Unnamed: 0,Product ID,Product Name,Product Categories
0,1,Cimory Squeeze Original Yogurt 120ml,Susu & Olahan Susu-Yogurt
1,2,KitKat Green Tea 4F 35gr,Snack-Cokelat
2,3,Bayam Hidroponik 150 gram,Sayur & Buah-Sayuran Hijau
3,4,Emina Sun Protection SPF 30 PA+++,Kecantikan-Sunscreen
4,3,Bayam Hidroponik 150 gram,Sayur & Buah-Sayuran Hijau


As you can see in the table preview, we have duplicated data for Product ID number 3. When we have bigger datasets, we will not be able to sopt the duplicated data only from the table preview, yet you don't want to waste your time skimming through the data all by yourself. Use the **.duplicated()** to retrieve the data that have duplicates.

In [29]:
products[products.duplicated()]

Unnamed: 0,Product ID,Product Name,Product Categories
4,3,Bayam Hidroponik 150 gram,Sayur & Buah-Sayuran Hijau


When it comes to duplicated data, you could just drop them away by using **.drop_duplicates()**. By default, this will keep the first duplicated entry and remove the rest.

In [30]:
products_dup = products.drop_duplicates()
products_dup

Unnamed: 0,Product ID,Product Name,Product Categories
0,1,Cimory Squeeze Original Yogurt 120ml,Susu & Olahan Susu-Yogurt
1,2,KitKat Green Tea 4F 35gr,Snack-Cokelat
2,3,Bayam Hidroponik 150 gram,Sayur & Buah-Sayuran Hijau
3,4,Emina Sun Protection SPF 30 PA+++,Kecantikan-Sunscreen


# Splitting Column

Sometimes you have a data in one column that you would like to split into several columns to be able to analyze your data the way it should be done. You could use the **.str.split()** function, and specifying the delimiter in the argument. Now, we would to split the 'Categories' column into Level 1 and Level 2 Categories.

In [37]:
products['Product Categories'].str.split('-', expand=True)

Unnamed: 0,0,1
0,Susu & Olahan Susu,Yogurt
1,Snack,Cokelat
2,Sayur & Buah,Sayuran Hijau
3,Kecantikan,Sunscreen
4,Sayur & Buah,Sayuran Hijau


To be able to append the columns into the same table, add new columns into the dataframe.

In [32]:
products[['Category L1','Category L2']] = products['Product Categories'].str.split('-', expand=True)
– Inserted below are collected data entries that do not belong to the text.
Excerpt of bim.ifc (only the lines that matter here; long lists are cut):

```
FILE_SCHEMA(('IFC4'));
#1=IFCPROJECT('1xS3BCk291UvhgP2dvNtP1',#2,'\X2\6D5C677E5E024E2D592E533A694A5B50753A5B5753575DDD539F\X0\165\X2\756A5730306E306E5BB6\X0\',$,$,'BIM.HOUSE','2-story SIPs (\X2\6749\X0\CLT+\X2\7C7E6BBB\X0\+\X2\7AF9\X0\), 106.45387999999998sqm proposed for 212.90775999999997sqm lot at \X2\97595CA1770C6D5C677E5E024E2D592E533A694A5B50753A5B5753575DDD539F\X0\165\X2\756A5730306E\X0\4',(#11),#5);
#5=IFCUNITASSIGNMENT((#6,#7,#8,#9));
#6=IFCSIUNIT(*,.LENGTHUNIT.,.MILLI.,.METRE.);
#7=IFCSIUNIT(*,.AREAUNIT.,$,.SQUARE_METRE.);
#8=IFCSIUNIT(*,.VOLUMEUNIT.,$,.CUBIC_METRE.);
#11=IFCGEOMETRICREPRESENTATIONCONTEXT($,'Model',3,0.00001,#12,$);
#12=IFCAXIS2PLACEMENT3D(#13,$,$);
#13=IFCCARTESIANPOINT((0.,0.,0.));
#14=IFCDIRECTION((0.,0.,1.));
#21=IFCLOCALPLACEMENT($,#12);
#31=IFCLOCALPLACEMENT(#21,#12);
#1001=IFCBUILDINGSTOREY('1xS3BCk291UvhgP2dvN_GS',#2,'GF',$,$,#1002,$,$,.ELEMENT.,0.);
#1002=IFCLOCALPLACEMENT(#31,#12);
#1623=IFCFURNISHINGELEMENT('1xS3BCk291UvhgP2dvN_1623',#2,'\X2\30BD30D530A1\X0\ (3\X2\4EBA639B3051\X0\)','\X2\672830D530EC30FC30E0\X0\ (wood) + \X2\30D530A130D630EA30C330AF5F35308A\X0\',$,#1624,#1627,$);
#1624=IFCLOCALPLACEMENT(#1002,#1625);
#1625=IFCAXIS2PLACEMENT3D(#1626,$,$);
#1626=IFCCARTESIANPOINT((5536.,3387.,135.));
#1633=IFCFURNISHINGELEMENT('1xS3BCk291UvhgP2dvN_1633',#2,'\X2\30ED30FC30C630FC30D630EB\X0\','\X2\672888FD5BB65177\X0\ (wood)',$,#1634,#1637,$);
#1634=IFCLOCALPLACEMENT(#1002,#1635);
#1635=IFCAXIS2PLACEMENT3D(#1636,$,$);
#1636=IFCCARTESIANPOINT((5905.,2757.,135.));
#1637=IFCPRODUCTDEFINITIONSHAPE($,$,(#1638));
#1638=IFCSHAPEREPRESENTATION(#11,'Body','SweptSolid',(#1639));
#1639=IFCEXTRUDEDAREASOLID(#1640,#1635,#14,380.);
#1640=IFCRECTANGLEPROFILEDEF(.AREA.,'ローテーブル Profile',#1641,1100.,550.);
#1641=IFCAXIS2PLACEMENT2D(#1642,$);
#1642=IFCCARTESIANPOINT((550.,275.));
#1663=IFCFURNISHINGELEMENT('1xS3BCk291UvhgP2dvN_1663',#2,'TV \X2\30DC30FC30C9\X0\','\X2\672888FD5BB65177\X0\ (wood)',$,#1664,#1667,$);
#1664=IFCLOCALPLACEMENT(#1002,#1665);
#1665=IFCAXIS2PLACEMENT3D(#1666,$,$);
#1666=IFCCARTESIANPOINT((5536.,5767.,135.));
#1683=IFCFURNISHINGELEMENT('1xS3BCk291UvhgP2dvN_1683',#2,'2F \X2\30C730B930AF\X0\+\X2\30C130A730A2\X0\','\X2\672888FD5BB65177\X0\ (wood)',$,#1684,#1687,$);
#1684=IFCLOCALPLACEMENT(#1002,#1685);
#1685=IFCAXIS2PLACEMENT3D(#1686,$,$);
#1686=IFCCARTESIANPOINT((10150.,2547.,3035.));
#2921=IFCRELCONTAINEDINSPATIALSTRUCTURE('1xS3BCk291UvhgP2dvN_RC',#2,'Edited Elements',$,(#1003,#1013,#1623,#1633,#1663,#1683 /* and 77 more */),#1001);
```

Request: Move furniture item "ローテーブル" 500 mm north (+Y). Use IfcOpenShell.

```python
import ifcopenshell
import ifcopenshell.api.geometry
import ifcopenshell.util.placement

model = ifcopenshell.open("bim.ifc")

item = model.by_id(1633)
matrix = ifcopenshell.util.placement.get_local_placement(item.ObjectPlacement)
matrix[1, 3] += 500.0
ifcopenshell.api.geometry.edit_object_placement(model, product=item, matrix=matrix, is_si=False)

print(ifcopenshell.util.placement.get_local_placement(item.ObjectPlacement).round(3) + 0.0)

model.write("bim_updated.ifc")
```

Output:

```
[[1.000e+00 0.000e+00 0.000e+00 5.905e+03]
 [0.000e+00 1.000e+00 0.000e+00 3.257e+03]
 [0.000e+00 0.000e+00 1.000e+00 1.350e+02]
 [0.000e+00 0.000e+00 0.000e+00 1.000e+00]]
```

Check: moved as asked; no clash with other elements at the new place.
Last but not least, you could export and save your Pandas Dataframe as a file.

In [41]:
products.to_excel('products_cleaned.xlsx', index=False)
from google.colab import files
files.download('products_cleaned.xlsx')

<IPython.core.display.Javascript object>

<IPython.core.display.Javascript object>